- EXERCISE REQUIREMENTS: Find and copy each line of the listing below that has the word "IFCLOCALPLACEMENT" in it.
========
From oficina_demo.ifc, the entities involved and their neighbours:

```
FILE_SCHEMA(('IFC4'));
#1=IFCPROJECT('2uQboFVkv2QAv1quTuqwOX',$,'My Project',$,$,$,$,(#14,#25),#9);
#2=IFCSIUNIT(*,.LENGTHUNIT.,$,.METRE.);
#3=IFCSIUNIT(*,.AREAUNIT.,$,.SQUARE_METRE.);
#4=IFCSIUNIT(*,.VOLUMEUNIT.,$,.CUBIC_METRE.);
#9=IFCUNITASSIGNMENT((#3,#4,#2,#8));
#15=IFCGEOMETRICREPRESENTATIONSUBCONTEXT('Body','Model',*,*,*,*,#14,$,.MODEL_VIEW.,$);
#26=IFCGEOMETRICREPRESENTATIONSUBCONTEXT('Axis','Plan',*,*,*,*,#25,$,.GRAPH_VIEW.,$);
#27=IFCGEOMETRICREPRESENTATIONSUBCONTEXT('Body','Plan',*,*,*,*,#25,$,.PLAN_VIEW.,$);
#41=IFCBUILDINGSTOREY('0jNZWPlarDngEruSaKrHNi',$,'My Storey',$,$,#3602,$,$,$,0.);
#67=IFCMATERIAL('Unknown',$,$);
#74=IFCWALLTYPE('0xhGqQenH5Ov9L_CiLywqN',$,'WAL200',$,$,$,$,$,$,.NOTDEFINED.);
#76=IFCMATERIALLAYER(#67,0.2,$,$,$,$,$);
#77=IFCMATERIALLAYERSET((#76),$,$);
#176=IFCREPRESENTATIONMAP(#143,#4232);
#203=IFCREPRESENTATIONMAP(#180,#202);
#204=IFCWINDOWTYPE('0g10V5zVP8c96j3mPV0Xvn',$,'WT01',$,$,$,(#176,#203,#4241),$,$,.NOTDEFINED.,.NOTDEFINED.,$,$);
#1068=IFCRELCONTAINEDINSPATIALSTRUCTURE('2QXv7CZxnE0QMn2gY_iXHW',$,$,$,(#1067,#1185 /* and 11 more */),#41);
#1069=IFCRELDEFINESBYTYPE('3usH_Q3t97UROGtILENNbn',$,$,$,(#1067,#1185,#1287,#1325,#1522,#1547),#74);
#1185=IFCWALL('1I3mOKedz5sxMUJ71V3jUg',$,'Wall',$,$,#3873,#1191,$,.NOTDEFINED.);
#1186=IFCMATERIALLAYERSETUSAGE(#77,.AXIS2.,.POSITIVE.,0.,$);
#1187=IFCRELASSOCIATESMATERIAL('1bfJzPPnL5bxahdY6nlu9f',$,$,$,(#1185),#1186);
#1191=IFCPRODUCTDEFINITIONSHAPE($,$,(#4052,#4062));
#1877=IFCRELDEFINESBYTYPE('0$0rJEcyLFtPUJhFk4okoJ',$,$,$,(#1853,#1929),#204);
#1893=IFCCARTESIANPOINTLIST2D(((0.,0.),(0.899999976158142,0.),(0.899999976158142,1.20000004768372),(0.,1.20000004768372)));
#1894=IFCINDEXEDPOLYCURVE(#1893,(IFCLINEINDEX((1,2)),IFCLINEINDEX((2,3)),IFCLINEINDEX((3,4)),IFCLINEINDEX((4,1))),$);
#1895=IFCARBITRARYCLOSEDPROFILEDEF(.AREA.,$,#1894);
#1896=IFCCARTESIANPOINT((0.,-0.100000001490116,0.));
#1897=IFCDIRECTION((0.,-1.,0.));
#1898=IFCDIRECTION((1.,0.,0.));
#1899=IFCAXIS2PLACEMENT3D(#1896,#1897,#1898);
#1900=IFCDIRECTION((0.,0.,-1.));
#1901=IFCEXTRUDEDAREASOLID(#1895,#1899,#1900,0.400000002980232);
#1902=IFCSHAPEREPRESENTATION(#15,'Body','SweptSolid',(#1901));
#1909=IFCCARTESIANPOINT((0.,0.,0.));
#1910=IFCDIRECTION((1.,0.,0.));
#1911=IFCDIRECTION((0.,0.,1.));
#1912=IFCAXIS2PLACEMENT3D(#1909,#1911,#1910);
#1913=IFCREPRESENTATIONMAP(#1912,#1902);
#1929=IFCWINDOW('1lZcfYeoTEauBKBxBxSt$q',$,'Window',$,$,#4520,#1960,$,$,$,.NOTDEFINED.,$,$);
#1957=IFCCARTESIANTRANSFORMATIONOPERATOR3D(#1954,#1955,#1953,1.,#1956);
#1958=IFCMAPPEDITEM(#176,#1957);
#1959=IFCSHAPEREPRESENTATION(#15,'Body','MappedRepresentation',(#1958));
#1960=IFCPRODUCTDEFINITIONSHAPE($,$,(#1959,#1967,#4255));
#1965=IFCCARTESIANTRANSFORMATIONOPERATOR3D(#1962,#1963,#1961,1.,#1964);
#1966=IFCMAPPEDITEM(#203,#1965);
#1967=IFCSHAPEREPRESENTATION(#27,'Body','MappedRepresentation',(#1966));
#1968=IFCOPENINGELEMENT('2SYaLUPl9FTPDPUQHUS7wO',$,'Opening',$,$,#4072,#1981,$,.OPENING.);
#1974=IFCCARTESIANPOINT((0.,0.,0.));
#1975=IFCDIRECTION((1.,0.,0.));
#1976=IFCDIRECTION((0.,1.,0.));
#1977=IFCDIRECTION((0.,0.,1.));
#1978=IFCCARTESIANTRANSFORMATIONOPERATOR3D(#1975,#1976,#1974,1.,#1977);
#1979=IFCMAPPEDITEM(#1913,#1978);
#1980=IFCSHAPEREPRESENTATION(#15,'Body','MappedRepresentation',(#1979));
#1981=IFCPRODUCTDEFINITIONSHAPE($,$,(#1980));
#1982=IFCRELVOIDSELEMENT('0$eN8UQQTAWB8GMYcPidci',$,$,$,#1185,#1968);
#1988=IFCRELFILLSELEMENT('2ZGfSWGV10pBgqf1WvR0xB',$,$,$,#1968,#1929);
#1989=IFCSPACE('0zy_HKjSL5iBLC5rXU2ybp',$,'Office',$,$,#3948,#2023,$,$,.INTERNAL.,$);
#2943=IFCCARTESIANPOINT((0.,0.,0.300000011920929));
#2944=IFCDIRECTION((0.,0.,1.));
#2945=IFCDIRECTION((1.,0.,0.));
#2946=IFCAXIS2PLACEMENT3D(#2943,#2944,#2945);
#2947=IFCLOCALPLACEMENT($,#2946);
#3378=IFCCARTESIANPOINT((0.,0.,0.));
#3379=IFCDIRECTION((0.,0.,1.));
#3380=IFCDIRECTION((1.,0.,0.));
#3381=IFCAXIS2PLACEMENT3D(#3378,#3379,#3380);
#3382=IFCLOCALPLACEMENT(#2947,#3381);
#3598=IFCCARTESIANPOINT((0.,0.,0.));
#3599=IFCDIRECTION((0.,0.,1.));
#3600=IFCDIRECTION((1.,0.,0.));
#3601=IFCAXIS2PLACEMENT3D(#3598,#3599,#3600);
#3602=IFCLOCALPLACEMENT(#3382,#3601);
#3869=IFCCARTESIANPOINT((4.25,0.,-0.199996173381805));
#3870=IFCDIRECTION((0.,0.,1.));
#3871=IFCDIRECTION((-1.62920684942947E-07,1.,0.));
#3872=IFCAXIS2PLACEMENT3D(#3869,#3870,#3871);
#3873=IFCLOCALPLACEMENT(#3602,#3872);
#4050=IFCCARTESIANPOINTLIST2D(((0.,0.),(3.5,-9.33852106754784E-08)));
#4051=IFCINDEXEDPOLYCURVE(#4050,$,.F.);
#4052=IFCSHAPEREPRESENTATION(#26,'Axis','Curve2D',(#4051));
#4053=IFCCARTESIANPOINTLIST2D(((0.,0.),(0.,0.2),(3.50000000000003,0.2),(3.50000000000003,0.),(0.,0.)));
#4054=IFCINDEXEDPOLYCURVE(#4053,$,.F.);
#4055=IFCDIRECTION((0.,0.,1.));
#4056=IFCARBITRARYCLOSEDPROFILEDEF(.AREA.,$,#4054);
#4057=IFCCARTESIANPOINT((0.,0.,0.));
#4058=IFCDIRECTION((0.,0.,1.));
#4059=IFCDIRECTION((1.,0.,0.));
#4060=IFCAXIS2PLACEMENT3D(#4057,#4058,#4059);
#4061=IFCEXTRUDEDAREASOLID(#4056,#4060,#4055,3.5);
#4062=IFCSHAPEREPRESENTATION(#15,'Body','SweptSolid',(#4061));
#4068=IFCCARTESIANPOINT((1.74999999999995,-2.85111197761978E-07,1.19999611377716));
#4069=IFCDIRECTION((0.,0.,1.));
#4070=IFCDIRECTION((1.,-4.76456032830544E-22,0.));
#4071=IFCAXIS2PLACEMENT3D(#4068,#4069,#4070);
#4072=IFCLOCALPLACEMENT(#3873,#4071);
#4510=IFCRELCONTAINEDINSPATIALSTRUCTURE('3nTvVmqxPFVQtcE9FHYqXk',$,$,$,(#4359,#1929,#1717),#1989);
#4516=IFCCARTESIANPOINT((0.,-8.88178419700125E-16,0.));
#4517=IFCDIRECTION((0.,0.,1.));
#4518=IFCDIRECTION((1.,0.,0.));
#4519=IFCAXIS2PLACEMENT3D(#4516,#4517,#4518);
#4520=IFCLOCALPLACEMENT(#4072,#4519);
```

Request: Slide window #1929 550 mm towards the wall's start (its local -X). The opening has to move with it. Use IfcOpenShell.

```python
import ifcopenshell
import ifcopenshell.api.geometry
import ifcopenshell.util.placement
import ifcopenshell.util.unit

model = ifcopenshell.open("oficina_demo.ifc")
unit_scale = ifcopenshell.util.unit.calculate_unit_scale(model)

window = model.by_guid("1lZcfYeoTEauBKBxBxSt$q")
opening = window.FillsVoids[0].RelatingOpeningElement
wall = opening.VoidsElements[0].RelatingBuildingElement

wall_matrix = ifcopenshell.util.placement.get_local_placement(wall.ObjectPlacement)
shift = wall_matrix[:3, 0] * -0.55 / unit_scale
before = ifcopenshell.util.placement.get_local_placement(window.ObjectPlacement)[:3, 3].copy()

# The window is placed relative to its opening, so it follows when the opening moves.
matrix = ifcopenshell.util.placement.get_local_placement(opening.ObjectPlacement)
matrix[:3, 3] += shift
ifcopenshell.api.geometry.edit_object_placement(
    model, product=opening, matrix=matrix, is_si=False, should_transform_children=True
)

after = ifcopenshell.util.placement.get_local_placement(window.ObjectPlacement)[:3, 3]
print("window moved by", (after - before).round(3) + 0.0)

model.write("oficina_demo_rev.ifc")
```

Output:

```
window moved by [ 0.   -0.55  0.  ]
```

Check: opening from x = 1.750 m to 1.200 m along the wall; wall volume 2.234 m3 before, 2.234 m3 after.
========
- EXERCISE SOLUTION:
#2947=IFCLOCALPLACEMENT($,#2946);
#3382=IFCLOCALPLACEMENT(#2947,#3381);
#3602=IFCLOCALPLACEMENT(#3382,#3601);
#3873=IFCLOCALPLACEMENT(#3602,#3872);
#4072=IFCLOCALPLACEMENT(#3873,#4071);
#4520=IFCLOCALPLACEMENT(#4072,#4519);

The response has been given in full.